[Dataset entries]
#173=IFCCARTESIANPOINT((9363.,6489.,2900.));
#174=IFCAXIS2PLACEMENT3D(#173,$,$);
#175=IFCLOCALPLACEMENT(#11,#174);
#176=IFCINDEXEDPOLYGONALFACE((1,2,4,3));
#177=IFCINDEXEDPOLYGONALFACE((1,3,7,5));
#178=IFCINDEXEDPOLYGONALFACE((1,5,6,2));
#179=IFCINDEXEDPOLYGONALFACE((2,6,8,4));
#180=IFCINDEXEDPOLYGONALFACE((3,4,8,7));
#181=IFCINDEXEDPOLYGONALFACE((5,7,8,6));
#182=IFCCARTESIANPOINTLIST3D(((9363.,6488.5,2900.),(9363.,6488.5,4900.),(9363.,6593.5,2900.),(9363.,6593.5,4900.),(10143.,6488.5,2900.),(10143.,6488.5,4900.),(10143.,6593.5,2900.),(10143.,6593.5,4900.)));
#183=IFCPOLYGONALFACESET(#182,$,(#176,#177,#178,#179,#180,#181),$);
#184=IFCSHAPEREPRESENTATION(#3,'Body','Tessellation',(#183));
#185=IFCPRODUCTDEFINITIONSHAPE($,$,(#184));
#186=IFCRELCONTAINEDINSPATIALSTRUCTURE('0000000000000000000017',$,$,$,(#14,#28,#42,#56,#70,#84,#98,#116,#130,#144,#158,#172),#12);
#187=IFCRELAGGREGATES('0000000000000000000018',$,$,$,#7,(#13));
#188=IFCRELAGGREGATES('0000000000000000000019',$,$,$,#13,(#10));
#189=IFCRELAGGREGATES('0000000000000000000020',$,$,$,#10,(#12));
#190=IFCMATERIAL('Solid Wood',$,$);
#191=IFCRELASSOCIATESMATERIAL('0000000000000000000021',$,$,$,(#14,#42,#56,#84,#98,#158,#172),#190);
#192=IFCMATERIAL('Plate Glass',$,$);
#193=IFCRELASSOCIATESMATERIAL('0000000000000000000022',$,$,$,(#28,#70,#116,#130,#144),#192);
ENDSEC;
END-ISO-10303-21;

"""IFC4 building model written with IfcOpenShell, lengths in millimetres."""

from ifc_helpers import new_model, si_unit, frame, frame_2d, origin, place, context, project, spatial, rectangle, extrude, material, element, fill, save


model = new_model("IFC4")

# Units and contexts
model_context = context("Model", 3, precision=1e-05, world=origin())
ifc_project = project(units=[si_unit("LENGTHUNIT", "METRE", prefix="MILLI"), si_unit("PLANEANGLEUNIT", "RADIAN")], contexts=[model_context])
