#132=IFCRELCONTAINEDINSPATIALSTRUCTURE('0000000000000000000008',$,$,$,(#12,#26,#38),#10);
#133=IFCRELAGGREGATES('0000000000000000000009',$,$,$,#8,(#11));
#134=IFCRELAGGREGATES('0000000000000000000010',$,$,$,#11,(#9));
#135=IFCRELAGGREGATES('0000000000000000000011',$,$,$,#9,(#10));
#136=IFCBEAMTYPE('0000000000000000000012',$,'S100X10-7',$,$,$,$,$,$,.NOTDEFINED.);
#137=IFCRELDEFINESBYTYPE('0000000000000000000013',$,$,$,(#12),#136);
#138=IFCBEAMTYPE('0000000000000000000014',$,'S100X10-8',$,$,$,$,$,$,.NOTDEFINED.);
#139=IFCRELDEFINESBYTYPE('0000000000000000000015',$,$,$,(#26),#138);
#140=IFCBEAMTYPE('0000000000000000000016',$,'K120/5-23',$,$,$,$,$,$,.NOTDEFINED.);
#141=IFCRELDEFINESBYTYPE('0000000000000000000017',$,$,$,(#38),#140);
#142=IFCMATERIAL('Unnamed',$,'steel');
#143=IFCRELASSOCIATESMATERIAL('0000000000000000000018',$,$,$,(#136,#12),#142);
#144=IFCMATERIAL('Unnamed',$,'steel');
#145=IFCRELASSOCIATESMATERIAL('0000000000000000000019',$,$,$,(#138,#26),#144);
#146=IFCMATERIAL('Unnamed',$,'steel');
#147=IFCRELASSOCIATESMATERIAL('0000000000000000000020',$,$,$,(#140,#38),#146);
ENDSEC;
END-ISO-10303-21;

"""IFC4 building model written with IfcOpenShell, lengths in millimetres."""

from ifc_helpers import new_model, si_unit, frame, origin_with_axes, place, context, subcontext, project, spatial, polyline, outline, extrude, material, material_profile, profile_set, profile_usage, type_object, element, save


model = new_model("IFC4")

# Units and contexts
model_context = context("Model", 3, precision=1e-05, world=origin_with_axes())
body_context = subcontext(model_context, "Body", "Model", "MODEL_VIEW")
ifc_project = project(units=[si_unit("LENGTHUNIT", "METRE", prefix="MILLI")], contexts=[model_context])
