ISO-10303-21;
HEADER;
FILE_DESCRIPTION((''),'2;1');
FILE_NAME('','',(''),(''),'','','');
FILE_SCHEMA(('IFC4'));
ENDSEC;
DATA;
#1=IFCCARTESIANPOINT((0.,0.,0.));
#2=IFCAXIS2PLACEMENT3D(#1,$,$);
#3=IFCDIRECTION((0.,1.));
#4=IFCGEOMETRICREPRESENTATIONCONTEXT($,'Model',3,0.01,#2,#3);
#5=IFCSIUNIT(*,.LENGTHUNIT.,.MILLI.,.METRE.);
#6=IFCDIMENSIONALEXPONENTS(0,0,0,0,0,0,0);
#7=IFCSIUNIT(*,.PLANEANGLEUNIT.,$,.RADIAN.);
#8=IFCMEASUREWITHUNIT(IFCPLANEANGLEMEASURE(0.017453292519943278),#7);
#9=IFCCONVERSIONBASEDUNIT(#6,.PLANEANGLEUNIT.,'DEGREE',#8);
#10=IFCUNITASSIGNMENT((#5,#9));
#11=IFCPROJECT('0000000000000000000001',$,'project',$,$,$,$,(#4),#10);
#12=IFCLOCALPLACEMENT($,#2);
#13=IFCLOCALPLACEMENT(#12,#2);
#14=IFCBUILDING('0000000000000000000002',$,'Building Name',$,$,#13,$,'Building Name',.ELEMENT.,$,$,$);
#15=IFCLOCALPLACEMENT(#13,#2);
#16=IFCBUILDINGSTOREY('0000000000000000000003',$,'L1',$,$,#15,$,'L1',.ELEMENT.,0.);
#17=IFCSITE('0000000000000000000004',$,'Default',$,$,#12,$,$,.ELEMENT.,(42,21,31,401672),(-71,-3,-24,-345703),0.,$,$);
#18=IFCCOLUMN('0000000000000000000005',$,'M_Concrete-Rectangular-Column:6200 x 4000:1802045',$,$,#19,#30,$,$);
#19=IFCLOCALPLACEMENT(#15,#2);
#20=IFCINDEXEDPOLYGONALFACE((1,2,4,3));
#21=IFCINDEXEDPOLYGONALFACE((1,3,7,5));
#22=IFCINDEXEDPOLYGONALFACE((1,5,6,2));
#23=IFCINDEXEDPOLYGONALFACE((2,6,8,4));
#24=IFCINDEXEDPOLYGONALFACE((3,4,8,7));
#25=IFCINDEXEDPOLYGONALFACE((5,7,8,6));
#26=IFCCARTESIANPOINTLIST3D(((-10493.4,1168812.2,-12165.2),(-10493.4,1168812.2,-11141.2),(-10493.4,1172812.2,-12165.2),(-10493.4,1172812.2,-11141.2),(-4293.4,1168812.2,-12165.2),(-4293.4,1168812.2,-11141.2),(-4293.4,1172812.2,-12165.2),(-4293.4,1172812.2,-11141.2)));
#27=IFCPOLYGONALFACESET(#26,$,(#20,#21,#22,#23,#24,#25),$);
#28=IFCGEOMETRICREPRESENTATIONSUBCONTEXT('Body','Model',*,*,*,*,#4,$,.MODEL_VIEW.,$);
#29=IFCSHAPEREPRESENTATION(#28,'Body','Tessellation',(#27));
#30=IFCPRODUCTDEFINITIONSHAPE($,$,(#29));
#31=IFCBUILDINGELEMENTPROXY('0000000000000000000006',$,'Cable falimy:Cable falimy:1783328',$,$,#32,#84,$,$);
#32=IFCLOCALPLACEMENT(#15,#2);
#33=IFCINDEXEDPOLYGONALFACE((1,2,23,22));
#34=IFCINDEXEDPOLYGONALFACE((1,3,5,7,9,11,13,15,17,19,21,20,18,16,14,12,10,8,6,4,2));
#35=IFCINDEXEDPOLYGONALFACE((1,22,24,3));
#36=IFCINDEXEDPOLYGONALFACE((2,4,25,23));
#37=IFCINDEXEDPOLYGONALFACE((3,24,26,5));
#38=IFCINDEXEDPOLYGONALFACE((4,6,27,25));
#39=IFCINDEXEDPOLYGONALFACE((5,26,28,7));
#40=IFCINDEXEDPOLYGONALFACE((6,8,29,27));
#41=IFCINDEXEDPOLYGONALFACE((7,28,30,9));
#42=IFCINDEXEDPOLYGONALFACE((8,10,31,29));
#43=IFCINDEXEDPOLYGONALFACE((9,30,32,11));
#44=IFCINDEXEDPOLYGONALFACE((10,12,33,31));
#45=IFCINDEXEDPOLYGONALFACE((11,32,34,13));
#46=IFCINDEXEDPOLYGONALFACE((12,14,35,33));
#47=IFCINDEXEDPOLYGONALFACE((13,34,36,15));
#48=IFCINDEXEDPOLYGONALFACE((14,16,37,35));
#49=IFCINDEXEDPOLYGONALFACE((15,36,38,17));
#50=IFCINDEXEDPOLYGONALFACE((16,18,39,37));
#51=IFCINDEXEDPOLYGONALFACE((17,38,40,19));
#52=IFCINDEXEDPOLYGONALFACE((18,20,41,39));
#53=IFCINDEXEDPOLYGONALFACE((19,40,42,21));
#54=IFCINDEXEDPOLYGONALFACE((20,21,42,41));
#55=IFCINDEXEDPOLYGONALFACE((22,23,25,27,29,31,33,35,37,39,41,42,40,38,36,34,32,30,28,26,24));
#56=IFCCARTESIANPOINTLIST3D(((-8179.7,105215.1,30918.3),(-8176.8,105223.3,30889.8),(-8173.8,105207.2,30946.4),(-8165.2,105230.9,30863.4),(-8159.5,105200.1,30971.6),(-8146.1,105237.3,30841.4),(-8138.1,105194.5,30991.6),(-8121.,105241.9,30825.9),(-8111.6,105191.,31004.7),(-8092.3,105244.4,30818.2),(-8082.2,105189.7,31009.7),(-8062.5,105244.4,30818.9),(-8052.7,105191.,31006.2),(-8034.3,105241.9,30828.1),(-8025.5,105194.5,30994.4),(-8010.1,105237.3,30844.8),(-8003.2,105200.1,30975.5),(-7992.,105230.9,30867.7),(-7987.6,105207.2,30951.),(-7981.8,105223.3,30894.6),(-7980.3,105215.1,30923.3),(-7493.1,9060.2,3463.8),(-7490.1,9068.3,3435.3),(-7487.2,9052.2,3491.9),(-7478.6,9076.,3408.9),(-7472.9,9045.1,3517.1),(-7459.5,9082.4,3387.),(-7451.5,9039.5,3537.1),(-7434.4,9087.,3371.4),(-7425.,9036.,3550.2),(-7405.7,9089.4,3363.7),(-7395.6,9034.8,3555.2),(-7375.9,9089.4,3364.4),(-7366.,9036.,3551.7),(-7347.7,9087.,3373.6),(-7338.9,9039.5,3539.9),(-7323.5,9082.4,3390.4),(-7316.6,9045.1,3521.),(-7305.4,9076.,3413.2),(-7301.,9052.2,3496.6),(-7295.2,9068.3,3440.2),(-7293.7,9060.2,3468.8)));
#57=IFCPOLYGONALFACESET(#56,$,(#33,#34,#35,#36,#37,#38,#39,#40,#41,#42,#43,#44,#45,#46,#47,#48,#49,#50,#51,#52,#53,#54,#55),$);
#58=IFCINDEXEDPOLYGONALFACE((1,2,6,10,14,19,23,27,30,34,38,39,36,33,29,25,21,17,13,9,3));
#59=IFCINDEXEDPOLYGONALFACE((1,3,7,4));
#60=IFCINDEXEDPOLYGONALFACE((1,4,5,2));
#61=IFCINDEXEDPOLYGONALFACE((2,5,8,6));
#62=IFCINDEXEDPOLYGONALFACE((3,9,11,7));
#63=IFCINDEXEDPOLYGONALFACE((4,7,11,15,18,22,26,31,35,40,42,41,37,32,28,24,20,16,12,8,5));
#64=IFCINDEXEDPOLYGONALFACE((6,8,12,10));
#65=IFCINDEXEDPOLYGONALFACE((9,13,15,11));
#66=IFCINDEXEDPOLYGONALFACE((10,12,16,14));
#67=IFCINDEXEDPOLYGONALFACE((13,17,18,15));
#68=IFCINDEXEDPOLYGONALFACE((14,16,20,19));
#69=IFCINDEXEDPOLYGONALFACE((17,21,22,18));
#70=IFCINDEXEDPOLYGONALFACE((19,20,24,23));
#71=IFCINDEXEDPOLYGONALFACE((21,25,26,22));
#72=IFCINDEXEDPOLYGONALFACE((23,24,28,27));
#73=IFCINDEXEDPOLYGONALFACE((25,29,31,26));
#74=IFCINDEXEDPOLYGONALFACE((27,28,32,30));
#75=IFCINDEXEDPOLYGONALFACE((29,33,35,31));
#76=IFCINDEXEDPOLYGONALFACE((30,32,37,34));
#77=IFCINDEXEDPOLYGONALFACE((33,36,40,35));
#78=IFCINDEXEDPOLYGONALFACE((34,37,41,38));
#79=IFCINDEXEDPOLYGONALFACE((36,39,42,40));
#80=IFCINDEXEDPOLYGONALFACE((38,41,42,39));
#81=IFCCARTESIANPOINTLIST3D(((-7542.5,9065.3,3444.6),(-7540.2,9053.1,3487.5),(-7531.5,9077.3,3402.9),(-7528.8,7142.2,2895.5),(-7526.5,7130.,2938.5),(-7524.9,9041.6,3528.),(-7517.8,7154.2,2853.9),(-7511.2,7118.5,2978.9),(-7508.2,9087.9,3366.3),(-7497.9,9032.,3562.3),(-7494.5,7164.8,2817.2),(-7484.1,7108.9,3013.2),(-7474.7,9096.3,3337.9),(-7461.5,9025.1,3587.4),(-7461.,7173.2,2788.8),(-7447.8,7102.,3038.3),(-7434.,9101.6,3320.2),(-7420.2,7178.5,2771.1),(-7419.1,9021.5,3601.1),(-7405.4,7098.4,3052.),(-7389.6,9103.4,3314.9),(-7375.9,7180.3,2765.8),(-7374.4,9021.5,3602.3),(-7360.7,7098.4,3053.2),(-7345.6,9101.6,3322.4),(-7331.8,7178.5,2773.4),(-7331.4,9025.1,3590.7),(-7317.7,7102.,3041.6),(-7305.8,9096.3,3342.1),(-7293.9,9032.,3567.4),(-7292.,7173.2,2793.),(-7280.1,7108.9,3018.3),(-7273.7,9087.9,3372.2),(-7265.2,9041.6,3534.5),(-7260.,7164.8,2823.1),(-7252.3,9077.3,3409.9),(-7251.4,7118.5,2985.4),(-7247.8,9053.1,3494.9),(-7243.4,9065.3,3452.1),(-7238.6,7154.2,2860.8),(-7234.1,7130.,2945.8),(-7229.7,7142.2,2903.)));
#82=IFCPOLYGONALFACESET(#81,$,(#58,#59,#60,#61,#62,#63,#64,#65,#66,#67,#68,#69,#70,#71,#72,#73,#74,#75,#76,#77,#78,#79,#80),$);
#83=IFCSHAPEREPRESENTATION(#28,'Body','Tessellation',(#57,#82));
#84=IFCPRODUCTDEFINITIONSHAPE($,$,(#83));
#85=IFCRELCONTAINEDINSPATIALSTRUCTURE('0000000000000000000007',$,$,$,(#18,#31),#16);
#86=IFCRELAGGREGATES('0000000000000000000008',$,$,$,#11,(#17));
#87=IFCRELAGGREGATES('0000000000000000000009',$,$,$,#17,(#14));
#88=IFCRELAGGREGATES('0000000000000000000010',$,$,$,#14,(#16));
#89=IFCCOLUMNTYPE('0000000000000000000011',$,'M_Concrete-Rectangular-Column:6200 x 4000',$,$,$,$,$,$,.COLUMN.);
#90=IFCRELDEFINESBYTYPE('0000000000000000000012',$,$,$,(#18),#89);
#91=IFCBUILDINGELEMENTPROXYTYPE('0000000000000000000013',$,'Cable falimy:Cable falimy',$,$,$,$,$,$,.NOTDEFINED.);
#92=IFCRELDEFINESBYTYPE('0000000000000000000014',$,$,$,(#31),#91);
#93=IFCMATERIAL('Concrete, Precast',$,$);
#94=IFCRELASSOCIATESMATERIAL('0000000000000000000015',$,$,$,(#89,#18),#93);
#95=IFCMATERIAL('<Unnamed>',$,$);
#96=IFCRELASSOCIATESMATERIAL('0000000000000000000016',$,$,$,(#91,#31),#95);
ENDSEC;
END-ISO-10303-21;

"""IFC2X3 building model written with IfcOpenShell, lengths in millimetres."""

from ifc_helpers import new_model, entity, si_unit, converted_unit, direction, frame, frame_2d, origin, place, context, subcontext, project, spatial, rectangle, circle, extrude, source, transform, mapped, material, type_object, type_shapes, element, save


model = new_model("IFC2X3")

# Units and contexts
model_context = context("Model", 3, precision=0.01, world=origin(), true_north=direction((0.0, 1.0)))
body_context = subcontext(model_context, "Body", "Model", "MODEL_VIEW")
ifc_project = project(units=[si_unit("LENGTHUNIT", "METRE", prefix="MILLI"), converted_unit("PLANEANGLEUNIT", "DEGREE", entity("IfcPlaneAngleMeasure", 0.017453292519943278), si_unit("PLANEANGLEUNIT", "RADIAN"), dimensions=[0, 0, 0, 0, 0, 0, 0])], contexts=[model_context])

# Site, building, storey
site_placement = place(None, origin())
site = spatial("IfcSite", under=ifc_project, at=site_placement, Name="Default", CompositionType="ELEMENT", RefLatitude=(42, 21, 31, 401672), RefLongitude=(-71, -3, -24, -345703), RefElevation=0.0)
building_placement = place(site_placement, origin())
building = spatial("IfcBuilding", under=site, at=building_placement, Name="Building Name", LongName="Building Name", CompositionType="ELEMENT")
storey_placement = place(building_placement, origin())
storey = spatial("IfcBuildingStorey", under=building, at=storey_placement, Name="L1", LongName="L1", CompositionType="ELEMENT", Elevation=0.0)

# Column
ifc_material_1 = material(Name="Concrete, Precast")
column_type_1 = type_object("IfcColumnType", Name="M_Concrete-Rectangular-Column:6200 x 4000", PredefinedType="COLUMN", material=ifc_material_1)
shared_shape_1 = source(origin(), body_context, "Body", "SweptSolid", [
    extrude(rectangle(XDim=4000.0, YDim=6200.0, at=frame_2d((0.0, 0.0), x_axis=(1.0, 0.0))), frame((-7393.4, 1170812.2, -12165.2), z_axis=(0.0, 0.0, 1.0), x_axis=(0.0, -1.0, 0.0)), (0.0, 0.0, 1.0), 1024.0),
])
type_shapes(column_type_1, [shared_shape_1])
column_1_placement = place(storey_placement, origin())
element("IfcColumn", 1, at=column_1_placement, inside=storey, type_object=column_type_1, material=ifc_material_1, Name="M_Concrete-Rectangular-Column:6200 x 4000:1802045", context=body_context, shape_type="MappedRepresentation", body=[
    mapped(shared_shape_1, transform((0.0, 0.0, 0.0), scale=1.0)),
])

# Building element proxy
ifc_material_2 = material(Name="<Unnamed>")
building_element_proxy_type_1 = type_object("IfcBuildingElementProxyType", Name="Cable falimy:Cable falimy", PredefinedType="NOTDEFINED", material=ifc_material_2)
shared_shape_2 = source(origin(), body_context, "Body", "SweptSolid", [
    extrude(circle(Radius=100.0, at=frame_2d((0.0, 0.0), x_axis=(1.0, 0.0))), frame((0.0, 0.0, 0.0), z_axis=(0.96155, 0.0, 0.274631), x_axis=(-0.274631, 0.0, 0.96155)), (0.0, 0.0, 1.0), 100000.0),
    extrude(circle(Radius=150.0, at=frame_2d((0.0, 0.0), x_axis=(1.0, 0.0))), frame((-1923.1, 0.0, -549.3), z_axis=(0.96155, 0.0, 0.274631), x_axis=(0.274631, 0.0, -0.96155)), (0.0, 0.0, 1.0), 2000.0),
])
type_shapes(building_element_proxy_type_1, [shared_shape_2])
proxy_1_placement = place(storey_placement, frame((-7393.2, 9062.2, 3459.1), z_axis=(-0.025001, 0.0, 0.999687), x_axis=(0.0, 1.0, 0.0)))
element("IfcBuildingElementProxy", 2, at=proxy_1_placement, inside=storey, type_object=building_element_proxy_type_1, material=ifc_material_2, Name="Cable falimy:Cable falimy:1783328", context=body_context, shape_type="MappedRepresentation", body=[
    mapped(shared_shape_2, transform((0.0, 0.0, 0.0), scale=1.0)),
])

save(model, "model.ifc")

- **Problem statement**: Copy out the entries above exactly as given, starting at the top and ending with the line containing "#189=IFCRELAGGREGATES('0000000000000000000020',$,$,$,#10,(#12));"; include both and nothing more.

- **Solution for this problem**:
#173=IFCCARTESIANPOINT((9363.,6489.,2900.));
#174=IFCAXIS2PLACEMENT3D(#173,$,$);
#175=IFCLOCALPLACEMENT(#11,#174);
#176=IFCINDEXEDPOLYGONALFACE((1,2,4,3));
#177=IFCINDEXEDPOLYGONALFACE((1,3,7,5));
#178=IFCINDEXEDPOLYGONALFACE((1,5,6,2));
#179=IFCINDEXEDPOLYGONALFACE((2,6,8,4));
#180=IFCINDEXEDPOLYGONALFACE((3,4,8,7));
#181=IFCINDEXEDPOLYGONALFACE((5,7,8,6));
#182=IFCCARTESIANPOINTLIST3D(((9363.,6488.5,2900.),(9363.,6488.5,4900.),(9363.,6593.5,2900.),(9363.,6593.5,4900.),(10143.,6488.5,2900.),(10143.,6488.5,4900.),(10143.,6593.5,2900.),(10143.,6593.5,4900.)));
#183=IFCPOLYGONALFACESET(#182,$,(#176,#177,#178,#179,#180,#181),$);
#184=IFCSHAPEREPRESENTATION(#3,'Body','Tessellation',(#183));
#185=IFCPRODUCTDEFINITIONSHAPE($,$,(#184));
#186=IFCRELCONTAINEDINSPATIALSTRUCTURE('0000000000000000000017',$,$,$,(#14,#28,#42,#56,#70,#84,#98,#116,#130,#144,#158,#172),#12);
#187=IFCRELAGGREGATES('0000000000000000000018',$,$,$,#7,(#13));
#188=IFCRELAGGREGATES('0000000000000000000019',$,$,$,#13,(#10));
#189=IFCRELAGGREGATES('0000000000000000000020',$,$,$,#10,(#12));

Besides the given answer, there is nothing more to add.